Directions for this task:
Whenever a line in this data holds the word "IFCEXTRUDEDAREASOLID", report that line in full.

Data for analysis:
══════════

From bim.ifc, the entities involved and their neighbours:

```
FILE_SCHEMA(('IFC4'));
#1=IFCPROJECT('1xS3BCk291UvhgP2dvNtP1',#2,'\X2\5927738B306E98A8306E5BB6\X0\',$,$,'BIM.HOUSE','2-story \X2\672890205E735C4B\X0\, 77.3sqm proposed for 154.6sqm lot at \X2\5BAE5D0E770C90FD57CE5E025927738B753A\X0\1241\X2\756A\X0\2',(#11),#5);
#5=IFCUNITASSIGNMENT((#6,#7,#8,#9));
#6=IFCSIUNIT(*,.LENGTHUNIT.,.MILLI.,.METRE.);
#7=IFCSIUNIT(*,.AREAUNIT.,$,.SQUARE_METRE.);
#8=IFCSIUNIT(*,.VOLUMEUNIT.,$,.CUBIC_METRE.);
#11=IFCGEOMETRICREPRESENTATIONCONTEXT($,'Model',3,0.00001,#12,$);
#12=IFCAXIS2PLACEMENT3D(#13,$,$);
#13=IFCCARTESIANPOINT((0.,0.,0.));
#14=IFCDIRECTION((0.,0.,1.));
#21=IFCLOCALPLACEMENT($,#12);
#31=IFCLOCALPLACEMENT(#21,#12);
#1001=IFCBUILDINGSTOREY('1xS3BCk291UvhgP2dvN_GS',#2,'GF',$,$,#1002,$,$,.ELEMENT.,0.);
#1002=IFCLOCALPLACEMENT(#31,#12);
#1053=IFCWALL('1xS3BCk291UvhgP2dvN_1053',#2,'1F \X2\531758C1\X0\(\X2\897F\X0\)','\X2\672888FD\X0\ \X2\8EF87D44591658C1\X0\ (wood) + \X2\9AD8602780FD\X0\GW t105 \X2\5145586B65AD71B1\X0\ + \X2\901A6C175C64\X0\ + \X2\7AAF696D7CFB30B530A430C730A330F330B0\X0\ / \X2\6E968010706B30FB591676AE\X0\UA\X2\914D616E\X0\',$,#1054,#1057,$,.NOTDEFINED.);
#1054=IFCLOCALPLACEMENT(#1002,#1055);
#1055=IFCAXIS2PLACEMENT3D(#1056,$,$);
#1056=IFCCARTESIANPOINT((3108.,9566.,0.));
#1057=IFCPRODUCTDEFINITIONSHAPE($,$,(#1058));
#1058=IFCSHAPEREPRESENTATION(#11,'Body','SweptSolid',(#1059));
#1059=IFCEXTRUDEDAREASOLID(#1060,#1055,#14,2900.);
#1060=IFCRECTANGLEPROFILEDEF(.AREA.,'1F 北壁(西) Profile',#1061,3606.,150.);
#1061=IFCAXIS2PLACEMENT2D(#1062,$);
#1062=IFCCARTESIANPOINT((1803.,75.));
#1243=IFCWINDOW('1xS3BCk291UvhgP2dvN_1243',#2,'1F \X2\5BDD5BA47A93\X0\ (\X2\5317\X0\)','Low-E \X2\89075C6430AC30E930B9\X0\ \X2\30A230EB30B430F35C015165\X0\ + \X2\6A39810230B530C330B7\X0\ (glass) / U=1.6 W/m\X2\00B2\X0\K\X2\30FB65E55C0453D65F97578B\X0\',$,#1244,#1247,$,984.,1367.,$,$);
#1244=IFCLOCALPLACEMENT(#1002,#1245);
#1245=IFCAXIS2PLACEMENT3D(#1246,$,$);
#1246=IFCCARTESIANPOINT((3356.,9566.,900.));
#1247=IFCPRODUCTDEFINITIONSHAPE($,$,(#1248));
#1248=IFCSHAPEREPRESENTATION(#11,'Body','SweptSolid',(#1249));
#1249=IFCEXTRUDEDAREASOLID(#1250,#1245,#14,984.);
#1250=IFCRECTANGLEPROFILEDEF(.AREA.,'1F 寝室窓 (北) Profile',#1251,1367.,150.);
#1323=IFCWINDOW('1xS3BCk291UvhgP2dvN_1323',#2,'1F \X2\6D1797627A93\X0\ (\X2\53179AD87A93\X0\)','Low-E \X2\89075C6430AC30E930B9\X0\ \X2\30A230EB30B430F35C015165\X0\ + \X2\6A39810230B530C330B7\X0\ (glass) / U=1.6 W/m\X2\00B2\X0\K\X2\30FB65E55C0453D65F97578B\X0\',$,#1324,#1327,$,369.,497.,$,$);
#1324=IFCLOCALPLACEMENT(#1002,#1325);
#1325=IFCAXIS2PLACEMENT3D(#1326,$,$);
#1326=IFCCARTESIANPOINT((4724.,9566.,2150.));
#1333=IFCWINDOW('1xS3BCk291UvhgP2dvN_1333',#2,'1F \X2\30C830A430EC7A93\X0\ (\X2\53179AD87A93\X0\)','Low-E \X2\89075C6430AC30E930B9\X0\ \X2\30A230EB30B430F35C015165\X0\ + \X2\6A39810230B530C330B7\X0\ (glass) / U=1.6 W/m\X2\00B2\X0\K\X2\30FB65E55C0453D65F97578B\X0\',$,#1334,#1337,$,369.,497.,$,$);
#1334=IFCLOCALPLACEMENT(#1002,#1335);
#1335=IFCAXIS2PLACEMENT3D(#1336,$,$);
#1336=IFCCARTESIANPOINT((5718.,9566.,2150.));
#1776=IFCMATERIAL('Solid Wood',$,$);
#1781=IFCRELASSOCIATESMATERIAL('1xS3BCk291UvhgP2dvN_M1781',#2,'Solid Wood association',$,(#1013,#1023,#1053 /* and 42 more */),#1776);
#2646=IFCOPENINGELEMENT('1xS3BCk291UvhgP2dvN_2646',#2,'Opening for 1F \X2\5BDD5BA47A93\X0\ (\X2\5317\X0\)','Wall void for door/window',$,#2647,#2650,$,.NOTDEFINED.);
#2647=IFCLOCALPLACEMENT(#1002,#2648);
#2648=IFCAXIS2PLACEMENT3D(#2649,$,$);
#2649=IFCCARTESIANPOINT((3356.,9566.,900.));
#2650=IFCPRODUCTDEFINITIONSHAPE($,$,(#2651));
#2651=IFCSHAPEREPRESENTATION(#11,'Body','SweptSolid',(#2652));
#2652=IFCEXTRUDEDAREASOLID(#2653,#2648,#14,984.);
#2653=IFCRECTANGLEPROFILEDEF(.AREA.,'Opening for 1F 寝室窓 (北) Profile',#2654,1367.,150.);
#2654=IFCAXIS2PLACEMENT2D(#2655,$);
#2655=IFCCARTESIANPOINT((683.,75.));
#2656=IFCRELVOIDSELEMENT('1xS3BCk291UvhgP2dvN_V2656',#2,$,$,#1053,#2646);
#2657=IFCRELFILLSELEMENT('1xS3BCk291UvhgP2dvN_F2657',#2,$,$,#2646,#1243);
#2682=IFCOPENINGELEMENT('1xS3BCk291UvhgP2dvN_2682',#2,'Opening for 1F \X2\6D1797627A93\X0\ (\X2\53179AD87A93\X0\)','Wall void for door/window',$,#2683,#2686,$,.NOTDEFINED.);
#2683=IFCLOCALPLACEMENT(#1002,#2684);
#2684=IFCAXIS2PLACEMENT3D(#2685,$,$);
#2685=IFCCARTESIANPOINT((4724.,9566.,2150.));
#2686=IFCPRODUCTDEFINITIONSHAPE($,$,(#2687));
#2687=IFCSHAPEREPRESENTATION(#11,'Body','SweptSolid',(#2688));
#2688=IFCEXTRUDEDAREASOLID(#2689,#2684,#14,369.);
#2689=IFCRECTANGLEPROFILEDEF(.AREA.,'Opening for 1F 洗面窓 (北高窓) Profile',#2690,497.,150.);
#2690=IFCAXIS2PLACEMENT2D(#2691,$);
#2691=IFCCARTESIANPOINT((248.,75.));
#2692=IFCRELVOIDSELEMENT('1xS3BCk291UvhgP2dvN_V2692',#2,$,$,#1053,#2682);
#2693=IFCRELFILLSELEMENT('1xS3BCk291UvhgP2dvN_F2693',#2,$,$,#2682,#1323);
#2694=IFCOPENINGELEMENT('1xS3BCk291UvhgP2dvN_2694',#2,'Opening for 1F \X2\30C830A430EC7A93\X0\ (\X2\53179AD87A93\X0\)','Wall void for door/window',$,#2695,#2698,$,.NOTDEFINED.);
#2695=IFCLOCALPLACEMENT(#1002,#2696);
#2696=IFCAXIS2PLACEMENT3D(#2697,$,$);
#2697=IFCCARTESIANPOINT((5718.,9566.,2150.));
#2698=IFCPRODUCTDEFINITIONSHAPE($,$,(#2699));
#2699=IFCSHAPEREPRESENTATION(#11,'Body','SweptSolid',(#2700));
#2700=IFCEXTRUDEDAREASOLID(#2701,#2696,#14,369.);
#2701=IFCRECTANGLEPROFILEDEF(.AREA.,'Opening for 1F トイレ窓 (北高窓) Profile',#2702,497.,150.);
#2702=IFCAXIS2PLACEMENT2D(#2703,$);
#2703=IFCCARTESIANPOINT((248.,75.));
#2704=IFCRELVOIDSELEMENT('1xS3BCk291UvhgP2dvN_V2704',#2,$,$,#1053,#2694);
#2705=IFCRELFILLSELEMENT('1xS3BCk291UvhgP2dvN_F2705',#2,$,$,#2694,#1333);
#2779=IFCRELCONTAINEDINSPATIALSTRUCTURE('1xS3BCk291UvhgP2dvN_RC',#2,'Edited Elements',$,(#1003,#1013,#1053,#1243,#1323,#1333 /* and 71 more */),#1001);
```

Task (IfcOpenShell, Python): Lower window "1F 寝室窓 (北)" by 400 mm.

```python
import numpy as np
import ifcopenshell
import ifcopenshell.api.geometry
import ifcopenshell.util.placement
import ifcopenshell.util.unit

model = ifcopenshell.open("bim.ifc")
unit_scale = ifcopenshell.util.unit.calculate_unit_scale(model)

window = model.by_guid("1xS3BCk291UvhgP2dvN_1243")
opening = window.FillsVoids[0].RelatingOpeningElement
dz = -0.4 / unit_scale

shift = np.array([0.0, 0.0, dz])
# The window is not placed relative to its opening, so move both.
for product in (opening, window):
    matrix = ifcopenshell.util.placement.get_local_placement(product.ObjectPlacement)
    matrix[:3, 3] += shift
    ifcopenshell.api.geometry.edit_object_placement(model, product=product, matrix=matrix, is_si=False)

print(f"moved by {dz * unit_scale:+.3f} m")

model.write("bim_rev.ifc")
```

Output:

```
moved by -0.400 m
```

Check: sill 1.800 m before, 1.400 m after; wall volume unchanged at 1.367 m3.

══════════

The completed task:
#1059=IFCEXTRUDEDAREASOLID(#1060,#1055,#14,2900.);
#1249=IFCEXTRUDEDAREASOLID(#1250,#1245,#14,984.);
#2652=IFCEXTRUDEDAREASOLID(#2653,#2648,#14,984.);
#2688=IFCEXTRUDEDAREASOLID(#2689,#2684,#14,369.);
#2700=IFCEXTRUDEDAREASOLID(#2701,#2696,#14,369.);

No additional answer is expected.